Ruto: She is such like a sap.

Lara: (wait, nothing to say, to busy making out with Fire Link)

Mia: Well, lets get Ganondoft out here.

( Ganongoft comes out, everyone boos)

Mia: So Ganondoft, this question had been pestering me for a long time, why are you Green?

Ganondoft: When i was two, i  fell into waterproff quick drying paint.

Mia: oh, were you fuckin brain dead when you did.

Ganondoft: Are you a fuckin pussy.

Mia:( kicks ganondoft in the dick, and a yell of pain comes out) Thats what you get you stupid @%#%#$%#$$#!#@!$!$.

Network: Sorry for that but it was getting outta hand, umm back to the show.

Mia: Great my great sceen and they block those curses, Mother Fuckers.

Fire LInk: Malon, do you fuck cows too

Malon: NO stop leave me alone

Fire Link: How about chickens

Water Link: CHICKENS! Wherea the chicken, i what to pet the chicken, Chicken here chicken

Mia: HONEY! STop, there are no chickens.

Water Link: Fuck!

Fire Link: Speaking of Fuck, i wonder how Zelda and Link are doing.

Malon: I DONT WANNA TALK ABOUT THAT, LETS CHANGE THE SUBJECT!!!!!
(Sniff, Sniff, NO NOT CRYING)

Mia: Fire Link, what the fuck are you doing.

(Fire Link was space out)

Water Link: OH NO, his brain has been abducted by the umm (takes the piece of paper from fire Links hand) POT PEOPLE, from the planet, POTTER.

Ganondoft: He is a POT HEAD YOU IDIOT.

Fire Link: (Begins to act like Richard Simmions) Look at me im a pony, ima pony, and one and two and three and floor,( He collapes on the floor)

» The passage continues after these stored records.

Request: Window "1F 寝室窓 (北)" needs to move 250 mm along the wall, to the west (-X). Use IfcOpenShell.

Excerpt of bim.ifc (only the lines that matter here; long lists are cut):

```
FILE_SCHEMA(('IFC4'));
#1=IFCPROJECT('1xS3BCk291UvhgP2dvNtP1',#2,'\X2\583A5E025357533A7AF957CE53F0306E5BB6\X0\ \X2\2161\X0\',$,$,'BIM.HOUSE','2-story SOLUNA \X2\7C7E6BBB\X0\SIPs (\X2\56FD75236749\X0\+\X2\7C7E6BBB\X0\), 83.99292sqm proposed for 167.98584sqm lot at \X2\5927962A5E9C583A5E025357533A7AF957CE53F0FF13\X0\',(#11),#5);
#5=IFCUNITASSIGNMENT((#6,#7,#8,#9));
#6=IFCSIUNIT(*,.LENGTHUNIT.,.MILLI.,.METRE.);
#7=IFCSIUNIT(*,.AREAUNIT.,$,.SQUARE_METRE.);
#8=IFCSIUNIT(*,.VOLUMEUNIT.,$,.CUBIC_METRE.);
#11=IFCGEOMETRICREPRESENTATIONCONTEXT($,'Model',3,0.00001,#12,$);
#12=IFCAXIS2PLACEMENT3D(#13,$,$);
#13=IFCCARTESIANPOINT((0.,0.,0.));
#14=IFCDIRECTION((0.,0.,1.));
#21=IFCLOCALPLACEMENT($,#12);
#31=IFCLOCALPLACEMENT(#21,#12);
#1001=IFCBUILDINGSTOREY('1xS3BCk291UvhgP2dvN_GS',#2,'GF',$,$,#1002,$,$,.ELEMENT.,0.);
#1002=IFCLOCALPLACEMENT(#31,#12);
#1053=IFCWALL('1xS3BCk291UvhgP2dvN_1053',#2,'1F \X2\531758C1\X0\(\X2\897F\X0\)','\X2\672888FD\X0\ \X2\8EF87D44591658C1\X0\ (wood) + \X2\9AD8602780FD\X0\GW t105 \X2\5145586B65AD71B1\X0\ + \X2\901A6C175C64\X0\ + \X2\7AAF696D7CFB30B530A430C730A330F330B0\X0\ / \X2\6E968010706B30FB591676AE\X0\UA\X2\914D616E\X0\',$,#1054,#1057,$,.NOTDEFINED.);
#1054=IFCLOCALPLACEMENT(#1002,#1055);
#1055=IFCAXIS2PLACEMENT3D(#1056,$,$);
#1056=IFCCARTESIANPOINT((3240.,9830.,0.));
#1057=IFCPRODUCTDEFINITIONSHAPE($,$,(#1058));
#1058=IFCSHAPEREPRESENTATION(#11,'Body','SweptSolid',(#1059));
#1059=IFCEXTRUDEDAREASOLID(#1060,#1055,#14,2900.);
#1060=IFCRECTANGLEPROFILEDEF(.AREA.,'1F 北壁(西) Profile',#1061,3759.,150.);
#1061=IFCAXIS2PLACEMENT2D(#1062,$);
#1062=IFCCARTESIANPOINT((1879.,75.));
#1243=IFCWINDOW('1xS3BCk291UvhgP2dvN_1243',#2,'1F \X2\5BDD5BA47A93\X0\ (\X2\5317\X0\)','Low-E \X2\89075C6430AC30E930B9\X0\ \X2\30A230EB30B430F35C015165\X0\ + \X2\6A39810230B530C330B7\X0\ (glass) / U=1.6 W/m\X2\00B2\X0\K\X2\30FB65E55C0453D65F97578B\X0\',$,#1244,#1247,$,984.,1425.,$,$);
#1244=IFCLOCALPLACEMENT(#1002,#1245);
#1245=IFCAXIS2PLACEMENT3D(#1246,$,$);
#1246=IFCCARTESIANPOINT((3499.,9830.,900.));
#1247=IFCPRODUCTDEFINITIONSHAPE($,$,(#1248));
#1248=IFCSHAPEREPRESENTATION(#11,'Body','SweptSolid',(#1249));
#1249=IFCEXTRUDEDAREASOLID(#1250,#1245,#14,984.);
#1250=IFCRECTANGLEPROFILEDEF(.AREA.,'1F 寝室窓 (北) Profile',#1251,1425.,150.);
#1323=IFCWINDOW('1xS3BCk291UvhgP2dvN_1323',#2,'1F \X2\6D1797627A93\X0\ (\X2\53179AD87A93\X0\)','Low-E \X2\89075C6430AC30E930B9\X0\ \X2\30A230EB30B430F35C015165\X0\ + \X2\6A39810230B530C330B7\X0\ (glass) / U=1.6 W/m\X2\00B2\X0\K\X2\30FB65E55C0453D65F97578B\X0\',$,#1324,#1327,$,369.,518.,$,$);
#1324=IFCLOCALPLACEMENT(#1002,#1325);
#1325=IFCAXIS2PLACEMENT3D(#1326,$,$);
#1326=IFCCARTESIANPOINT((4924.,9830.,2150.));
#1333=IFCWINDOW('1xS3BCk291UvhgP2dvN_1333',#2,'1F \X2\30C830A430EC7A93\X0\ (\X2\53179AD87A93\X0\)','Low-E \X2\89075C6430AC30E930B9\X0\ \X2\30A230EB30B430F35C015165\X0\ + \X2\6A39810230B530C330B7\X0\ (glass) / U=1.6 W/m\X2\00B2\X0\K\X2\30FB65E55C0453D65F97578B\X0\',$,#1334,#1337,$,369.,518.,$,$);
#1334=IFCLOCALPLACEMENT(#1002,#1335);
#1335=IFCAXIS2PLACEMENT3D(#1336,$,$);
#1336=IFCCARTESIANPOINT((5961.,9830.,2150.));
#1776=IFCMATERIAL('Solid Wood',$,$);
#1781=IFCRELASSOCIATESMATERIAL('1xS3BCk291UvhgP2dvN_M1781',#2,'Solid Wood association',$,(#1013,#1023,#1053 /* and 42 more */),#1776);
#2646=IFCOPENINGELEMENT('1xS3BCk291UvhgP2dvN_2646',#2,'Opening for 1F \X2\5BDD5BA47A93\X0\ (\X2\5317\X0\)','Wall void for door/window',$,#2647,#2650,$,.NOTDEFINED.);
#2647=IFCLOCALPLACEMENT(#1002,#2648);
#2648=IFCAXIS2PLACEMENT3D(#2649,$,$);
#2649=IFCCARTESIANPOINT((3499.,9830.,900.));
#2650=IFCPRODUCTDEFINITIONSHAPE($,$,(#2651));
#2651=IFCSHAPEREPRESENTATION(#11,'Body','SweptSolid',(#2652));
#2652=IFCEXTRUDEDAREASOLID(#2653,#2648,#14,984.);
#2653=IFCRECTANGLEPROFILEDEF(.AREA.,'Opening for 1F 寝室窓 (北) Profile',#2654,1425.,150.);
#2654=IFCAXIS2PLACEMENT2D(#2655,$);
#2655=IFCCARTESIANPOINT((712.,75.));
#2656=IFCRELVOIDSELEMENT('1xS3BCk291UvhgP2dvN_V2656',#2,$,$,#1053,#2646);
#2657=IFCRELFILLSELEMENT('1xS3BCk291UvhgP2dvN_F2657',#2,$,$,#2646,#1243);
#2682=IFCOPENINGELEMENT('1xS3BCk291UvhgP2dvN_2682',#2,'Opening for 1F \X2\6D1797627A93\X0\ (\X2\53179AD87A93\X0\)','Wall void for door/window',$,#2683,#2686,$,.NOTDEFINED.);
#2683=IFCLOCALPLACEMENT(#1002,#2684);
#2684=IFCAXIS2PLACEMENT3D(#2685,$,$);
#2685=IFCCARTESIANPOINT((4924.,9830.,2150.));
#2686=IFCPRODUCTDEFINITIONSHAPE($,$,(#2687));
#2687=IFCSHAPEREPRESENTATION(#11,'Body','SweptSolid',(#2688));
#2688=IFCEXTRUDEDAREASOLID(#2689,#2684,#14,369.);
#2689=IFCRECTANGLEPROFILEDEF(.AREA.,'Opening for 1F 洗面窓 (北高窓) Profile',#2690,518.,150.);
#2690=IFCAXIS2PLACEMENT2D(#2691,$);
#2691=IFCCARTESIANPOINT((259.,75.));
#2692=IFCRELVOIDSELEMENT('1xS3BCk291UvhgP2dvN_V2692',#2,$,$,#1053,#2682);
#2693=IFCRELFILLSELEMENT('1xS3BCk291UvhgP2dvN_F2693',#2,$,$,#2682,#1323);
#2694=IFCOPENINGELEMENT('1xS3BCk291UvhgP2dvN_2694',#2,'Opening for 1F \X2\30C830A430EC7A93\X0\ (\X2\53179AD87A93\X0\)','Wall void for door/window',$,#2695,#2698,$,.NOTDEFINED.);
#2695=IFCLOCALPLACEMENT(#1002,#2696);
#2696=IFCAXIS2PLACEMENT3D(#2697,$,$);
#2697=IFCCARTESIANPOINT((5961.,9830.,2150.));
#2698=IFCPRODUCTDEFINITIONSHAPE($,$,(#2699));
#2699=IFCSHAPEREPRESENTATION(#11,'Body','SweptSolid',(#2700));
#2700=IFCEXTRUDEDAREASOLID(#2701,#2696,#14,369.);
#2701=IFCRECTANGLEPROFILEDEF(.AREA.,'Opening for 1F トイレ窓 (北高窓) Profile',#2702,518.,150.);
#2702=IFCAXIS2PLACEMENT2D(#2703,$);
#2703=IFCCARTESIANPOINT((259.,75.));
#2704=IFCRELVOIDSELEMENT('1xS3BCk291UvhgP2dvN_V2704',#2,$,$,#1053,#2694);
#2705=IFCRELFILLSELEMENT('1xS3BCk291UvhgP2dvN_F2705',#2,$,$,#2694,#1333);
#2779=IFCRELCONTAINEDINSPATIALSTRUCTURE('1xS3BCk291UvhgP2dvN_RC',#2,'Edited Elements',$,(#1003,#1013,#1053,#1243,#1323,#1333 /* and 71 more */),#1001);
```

```python
import ifcopenshell
import ifcopenshell.api.geometry
import ifcopenshell.util.placement

model = ifcopenshell.open("bim.ifc")

window = model.by_guid("1xS3BCk291UvhgP2dvN_1243")
opening = window.FillsVoids[0].RelatingOpeningElement
wall = opening.VoidsElements[0].RelatingBuildingElement

wall_matrix = ifcopenshell.util.placement.get_local_placement(wall.ObjectPlacement)
shift = wall_matrix[:3, 0] * -250.0
before = ifcopenshell.util.placement.get_local_placement(window.ObjectPlacement)[:3, 3].copy()

# The window is not placed relative to its opening, so move both.
for product in (opening, window):
    matrix = ifcopenshell.util.placement.get_local_placement(product.ObjectPlacement)
    matrix[:3, 3] += shift
    ifcopenshell.api.geometry.edit_object_placement(model, product=product, matrix=matrix, is_si=False)

after = ifcopenshell.util.placement.get_local_placement(window.ObjectPlacement)[:3, 3]
print("window moved by", (after - before).round(3) + 0.0)

model.write("bim_updated.ifc")
```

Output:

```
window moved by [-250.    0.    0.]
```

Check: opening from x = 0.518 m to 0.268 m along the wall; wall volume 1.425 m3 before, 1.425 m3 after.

Lara: OH great, my boyfriend is also a pot head

Water Link: And dont you forget an person you drinks alot of alcohol.

(Sniff Sniff, NOT CRYING)

Ganondoft and Fire Link: (Both high right now) OOOOOOOO   GIVE ME A HOME WERE THE BUFFOLO GROW, WERE THE DEERS AND ESKOMOS PLAY, WERE SELDOM IS HEARD, AND HEROS DO DOPE, AND FARM GIRLS FUCK HORSEs ALL DAY!!!

Malon: i hate you alll (runs out of the room crying)

Ruto: What like a baby, i mean he is like on dope so she should like no he is like not knowing what he is saying.

Lara: WILL YOU SHUT THE FUCK UP!

Mia: OK that is this show is such fuckin gay , all the people are doin are fucking each outhe and smoking dope, and every other word is fuck!!!!. IM outta hey, come one water Link, lets go to the mall, you have to buy me something for this one.

Water Link: Ok Lets go.

Ruto: Like Bye

Lara: Fire Link I'M LEAVING YOU!!!!!!!!!!!

(Fire Link and Ganondoft remain)

Fire Link: I quiting this shit, if smoking pot and drinking means loseing her then im quitting.

Ganondoft: Loving you is easy cause your beautiful

Fire Link: What the fuck! ( runs outta of the room)

Ganondoft: Wait my love ( Runs out after him)

(Zelda and Link are finally done, damn!)

Zelda: Well this turn out ok i  guess

Link: Yea, hey your good.

Zelda: Thanks Link, but as long a my father NEVER EVER find s out what we did, then were ok

Link: Right were  too young to die.

King Of Hyrule: (Comes up behind Zelda and Link) I Saw the WHOLE SHOW!